La vie n'est qu'une improvisation continue. Mais il faudrait peut-être songer à garder quelques retenues...

4 commentaires:

constance a dit…

"déménagement avorté pour cause de renonciation préuvienne"... quelle jolie métaphore pour décrire le plan foireux numéro n qui devait, à l'origine, être mon passeport pour un mode normal d'hébergement. Encore merci d'avoir conclu la soirée avec moi, les poutres sont apparentes, dans le salon, et il y a une chaise à roulettes, il est encore temps d'acheter une corde!! La bouteille a rejoint ses copines à la consigne, vidée par les soins de Dan (de la façon que tu sais), ça me fait chaud au coeur de penser qu'elle va contribuer à payer une cuite à la bière à mes jungs.
Petit détail qui vaut son pesant de cacahuètes, dans la série plan foireux, j'ai voulu faire des gateaux ce soir, ils sont immondes j'ai tout jeté mais Aznavour a par malheur eu le temps de gouter... Tu disais quoi?
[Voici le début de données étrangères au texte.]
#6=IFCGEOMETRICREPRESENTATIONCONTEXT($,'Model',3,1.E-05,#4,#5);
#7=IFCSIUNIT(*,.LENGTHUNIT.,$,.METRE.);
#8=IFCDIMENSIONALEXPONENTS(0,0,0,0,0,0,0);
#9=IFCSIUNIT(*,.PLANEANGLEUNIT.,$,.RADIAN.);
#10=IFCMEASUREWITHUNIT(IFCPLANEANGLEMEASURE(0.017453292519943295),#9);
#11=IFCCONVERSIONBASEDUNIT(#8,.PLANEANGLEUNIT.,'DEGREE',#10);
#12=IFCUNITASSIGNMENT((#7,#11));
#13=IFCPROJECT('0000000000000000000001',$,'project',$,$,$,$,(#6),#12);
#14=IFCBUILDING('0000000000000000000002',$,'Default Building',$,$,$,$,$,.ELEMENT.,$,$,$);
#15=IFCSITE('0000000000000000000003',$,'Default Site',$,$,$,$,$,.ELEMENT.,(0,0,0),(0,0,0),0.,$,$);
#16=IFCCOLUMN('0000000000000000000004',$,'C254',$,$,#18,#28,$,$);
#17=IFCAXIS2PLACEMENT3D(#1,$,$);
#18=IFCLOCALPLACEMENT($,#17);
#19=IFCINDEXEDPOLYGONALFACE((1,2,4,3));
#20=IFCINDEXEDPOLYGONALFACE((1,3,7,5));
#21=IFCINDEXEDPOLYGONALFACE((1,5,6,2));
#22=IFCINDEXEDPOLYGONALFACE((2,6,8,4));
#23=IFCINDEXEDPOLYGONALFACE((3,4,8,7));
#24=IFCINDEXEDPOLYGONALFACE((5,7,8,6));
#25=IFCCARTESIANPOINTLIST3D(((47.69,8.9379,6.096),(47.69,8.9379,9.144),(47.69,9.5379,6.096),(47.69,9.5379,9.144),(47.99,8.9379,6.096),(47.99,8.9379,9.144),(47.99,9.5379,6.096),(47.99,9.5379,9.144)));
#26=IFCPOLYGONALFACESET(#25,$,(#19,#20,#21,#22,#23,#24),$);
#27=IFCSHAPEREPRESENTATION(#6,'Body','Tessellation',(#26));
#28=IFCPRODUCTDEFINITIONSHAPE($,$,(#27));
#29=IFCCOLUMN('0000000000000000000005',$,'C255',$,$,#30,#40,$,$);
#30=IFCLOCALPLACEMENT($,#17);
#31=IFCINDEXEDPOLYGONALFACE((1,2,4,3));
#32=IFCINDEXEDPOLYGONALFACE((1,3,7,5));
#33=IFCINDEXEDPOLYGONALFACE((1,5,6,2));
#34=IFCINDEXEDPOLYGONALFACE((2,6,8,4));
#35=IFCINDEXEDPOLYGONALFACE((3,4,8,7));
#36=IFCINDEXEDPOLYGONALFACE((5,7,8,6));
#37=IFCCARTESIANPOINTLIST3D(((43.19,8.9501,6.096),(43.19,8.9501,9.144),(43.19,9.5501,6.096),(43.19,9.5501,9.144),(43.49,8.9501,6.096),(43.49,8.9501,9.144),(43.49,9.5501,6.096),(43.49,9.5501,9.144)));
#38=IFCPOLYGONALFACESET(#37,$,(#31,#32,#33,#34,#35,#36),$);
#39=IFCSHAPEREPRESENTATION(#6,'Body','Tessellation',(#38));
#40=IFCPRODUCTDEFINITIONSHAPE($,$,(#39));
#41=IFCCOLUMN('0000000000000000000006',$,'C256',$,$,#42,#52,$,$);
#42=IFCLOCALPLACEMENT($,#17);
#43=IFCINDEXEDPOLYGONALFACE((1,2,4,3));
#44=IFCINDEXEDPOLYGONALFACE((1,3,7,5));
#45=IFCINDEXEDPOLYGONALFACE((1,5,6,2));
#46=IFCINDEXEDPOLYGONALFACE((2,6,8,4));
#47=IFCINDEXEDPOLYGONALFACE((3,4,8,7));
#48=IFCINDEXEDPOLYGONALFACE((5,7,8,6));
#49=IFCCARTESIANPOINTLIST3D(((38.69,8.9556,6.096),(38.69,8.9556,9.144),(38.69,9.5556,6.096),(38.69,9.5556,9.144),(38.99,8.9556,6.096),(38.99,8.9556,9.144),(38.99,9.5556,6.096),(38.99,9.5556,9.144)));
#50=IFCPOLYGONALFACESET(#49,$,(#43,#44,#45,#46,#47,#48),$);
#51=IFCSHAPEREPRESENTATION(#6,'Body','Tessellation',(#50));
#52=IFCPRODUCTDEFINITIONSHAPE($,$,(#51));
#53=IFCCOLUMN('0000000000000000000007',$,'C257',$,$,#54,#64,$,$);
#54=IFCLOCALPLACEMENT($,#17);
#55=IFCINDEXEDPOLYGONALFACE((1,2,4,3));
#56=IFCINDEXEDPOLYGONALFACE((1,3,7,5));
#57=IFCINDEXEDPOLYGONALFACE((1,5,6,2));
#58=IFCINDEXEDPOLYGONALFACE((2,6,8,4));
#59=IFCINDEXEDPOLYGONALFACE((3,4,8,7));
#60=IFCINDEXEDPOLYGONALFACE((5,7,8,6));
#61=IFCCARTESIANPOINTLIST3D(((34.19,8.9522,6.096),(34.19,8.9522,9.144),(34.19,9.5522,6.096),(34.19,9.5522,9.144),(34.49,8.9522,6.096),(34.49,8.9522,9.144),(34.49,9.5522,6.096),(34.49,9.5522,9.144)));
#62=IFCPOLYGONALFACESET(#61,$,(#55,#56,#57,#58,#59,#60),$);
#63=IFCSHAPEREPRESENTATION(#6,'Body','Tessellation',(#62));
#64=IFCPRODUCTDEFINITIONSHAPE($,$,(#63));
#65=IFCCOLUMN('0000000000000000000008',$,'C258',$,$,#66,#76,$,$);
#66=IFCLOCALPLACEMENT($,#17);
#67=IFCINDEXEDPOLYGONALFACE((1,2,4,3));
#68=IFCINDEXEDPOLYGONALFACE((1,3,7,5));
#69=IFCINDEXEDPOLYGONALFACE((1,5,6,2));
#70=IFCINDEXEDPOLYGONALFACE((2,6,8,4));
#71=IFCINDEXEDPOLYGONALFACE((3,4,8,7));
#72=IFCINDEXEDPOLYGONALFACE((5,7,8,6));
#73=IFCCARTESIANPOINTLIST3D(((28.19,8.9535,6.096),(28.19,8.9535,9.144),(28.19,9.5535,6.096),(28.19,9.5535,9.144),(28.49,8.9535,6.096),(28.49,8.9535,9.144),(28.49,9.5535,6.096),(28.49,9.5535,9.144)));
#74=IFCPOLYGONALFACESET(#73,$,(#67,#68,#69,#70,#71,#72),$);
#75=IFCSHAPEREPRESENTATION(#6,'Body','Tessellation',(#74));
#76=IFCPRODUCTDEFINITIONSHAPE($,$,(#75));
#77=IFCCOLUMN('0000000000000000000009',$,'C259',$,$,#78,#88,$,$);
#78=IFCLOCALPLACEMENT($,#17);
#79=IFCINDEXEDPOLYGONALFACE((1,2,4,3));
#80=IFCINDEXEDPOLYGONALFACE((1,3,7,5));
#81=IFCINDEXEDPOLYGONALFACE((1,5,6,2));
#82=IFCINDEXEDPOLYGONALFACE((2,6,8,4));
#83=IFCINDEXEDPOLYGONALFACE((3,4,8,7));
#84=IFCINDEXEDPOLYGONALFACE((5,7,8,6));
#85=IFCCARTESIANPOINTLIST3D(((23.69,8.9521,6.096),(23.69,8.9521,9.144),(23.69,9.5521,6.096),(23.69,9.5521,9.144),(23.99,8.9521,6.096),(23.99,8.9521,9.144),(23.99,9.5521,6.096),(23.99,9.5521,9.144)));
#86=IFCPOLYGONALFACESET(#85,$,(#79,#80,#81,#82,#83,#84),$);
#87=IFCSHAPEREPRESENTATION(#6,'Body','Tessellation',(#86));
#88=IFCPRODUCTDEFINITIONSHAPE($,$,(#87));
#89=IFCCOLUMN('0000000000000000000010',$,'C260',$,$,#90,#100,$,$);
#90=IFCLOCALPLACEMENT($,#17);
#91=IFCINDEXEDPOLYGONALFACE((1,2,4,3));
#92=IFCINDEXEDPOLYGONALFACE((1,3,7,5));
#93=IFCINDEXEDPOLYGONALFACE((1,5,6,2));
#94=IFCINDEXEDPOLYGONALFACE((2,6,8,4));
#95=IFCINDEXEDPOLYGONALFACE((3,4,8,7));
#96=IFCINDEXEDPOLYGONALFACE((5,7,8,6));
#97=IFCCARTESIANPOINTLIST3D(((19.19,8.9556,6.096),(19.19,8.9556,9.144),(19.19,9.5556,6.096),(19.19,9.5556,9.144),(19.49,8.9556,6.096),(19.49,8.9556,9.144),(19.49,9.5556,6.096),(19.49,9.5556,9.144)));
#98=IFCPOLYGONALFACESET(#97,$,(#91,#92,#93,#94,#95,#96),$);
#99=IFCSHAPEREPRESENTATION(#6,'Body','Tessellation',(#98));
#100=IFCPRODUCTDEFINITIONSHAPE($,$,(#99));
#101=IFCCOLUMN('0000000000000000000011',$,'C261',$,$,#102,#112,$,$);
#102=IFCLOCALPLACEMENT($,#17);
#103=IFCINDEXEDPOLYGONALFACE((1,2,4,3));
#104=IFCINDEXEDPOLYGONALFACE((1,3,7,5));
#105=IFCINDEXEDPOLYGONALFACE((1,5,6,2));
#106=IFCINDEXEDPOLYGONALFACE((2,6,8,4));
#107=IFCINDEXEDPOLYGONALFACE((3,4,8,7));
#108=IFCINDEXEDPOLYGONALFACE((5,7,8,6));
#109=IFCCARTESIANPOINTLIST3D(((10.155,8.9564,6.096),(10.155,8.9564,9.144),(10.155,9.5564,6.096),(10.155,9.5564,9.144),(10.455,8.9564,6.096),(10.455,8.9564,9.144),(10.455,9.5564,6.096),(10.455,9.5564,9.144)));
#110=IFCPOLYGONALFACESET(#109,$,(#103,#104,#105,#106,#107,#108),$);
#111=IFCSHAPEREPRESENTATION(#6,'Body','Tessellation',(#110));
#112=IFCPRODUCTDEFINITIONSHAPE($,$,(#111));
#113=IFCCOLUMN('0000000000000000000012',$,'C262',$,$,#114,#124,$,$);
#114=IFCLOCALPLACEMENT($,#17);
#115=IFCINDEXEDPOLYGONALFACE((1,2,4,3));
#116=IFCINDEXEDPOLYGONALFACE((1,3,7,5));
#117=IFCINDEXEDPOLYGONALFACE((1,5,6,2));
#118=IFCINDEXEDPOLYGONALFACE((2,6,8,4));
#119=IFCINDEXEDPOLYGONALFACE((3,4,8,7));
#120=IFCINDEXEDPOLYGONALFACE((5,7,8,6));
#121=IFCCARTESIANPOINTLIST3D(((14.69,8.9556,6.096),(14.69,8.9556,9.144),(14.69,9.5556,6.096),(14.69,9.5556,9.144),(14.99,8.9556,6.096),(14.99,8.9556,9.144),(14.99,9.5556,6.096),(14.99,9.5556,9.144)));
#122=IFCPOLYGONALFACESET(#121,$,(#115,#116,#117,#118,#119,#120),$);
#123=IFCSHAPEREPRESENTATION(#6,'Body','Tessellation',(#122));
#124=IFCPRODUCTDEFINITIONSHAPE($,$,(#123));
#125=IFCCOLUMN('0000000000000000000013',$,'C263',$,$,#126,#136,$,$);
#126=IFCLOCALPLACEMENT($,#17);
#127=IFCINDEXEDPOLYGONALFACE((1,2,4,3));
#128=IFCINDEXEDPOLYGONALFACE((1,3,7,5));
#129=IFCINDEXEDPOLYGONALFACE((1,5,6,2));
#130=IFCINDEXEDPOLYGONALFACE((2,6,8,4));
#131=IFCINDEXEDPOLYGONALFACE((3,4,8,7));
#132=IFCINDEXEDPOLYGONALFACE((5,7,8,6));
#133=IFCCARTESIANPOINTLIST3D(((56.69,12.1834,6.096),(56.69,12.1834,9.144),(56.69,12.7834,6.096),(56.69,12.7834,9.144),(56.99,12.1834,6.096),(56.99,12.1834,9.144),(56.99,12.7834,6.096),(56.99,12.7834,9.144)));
Que les plans foireux ca marche par semaine? Chez moi c'est par mois je crois ^^

Ceci n'est pas un nom a dit…

Au moins, je suis ravi de voir que ces affres te laissent tout le temps nécessaire pour les consigner ici...

marjo a dit…

salut christel! tu m'as l'air de ne savoir plus trop comment et où donner de la tête! ah comme ça doit être bien tout de même!
très belles rentrées en tout cas...
grosses bises
-pourvu que ce commentaire soit posté cette fois!-

Pauline a dit…

Ca y est j'ai réussi à retrouver ton blog!! J'adore comme tu écris en tout cas (même si le fond est pas si risible que ça!! d'un autre côté on est un boulet on l'assume!! Et moi depuis la fameuse journée d'hier au collant troué, je pense que je peux candidater au club très select des boulets finis!!^^ Fermez la parenthèse!!).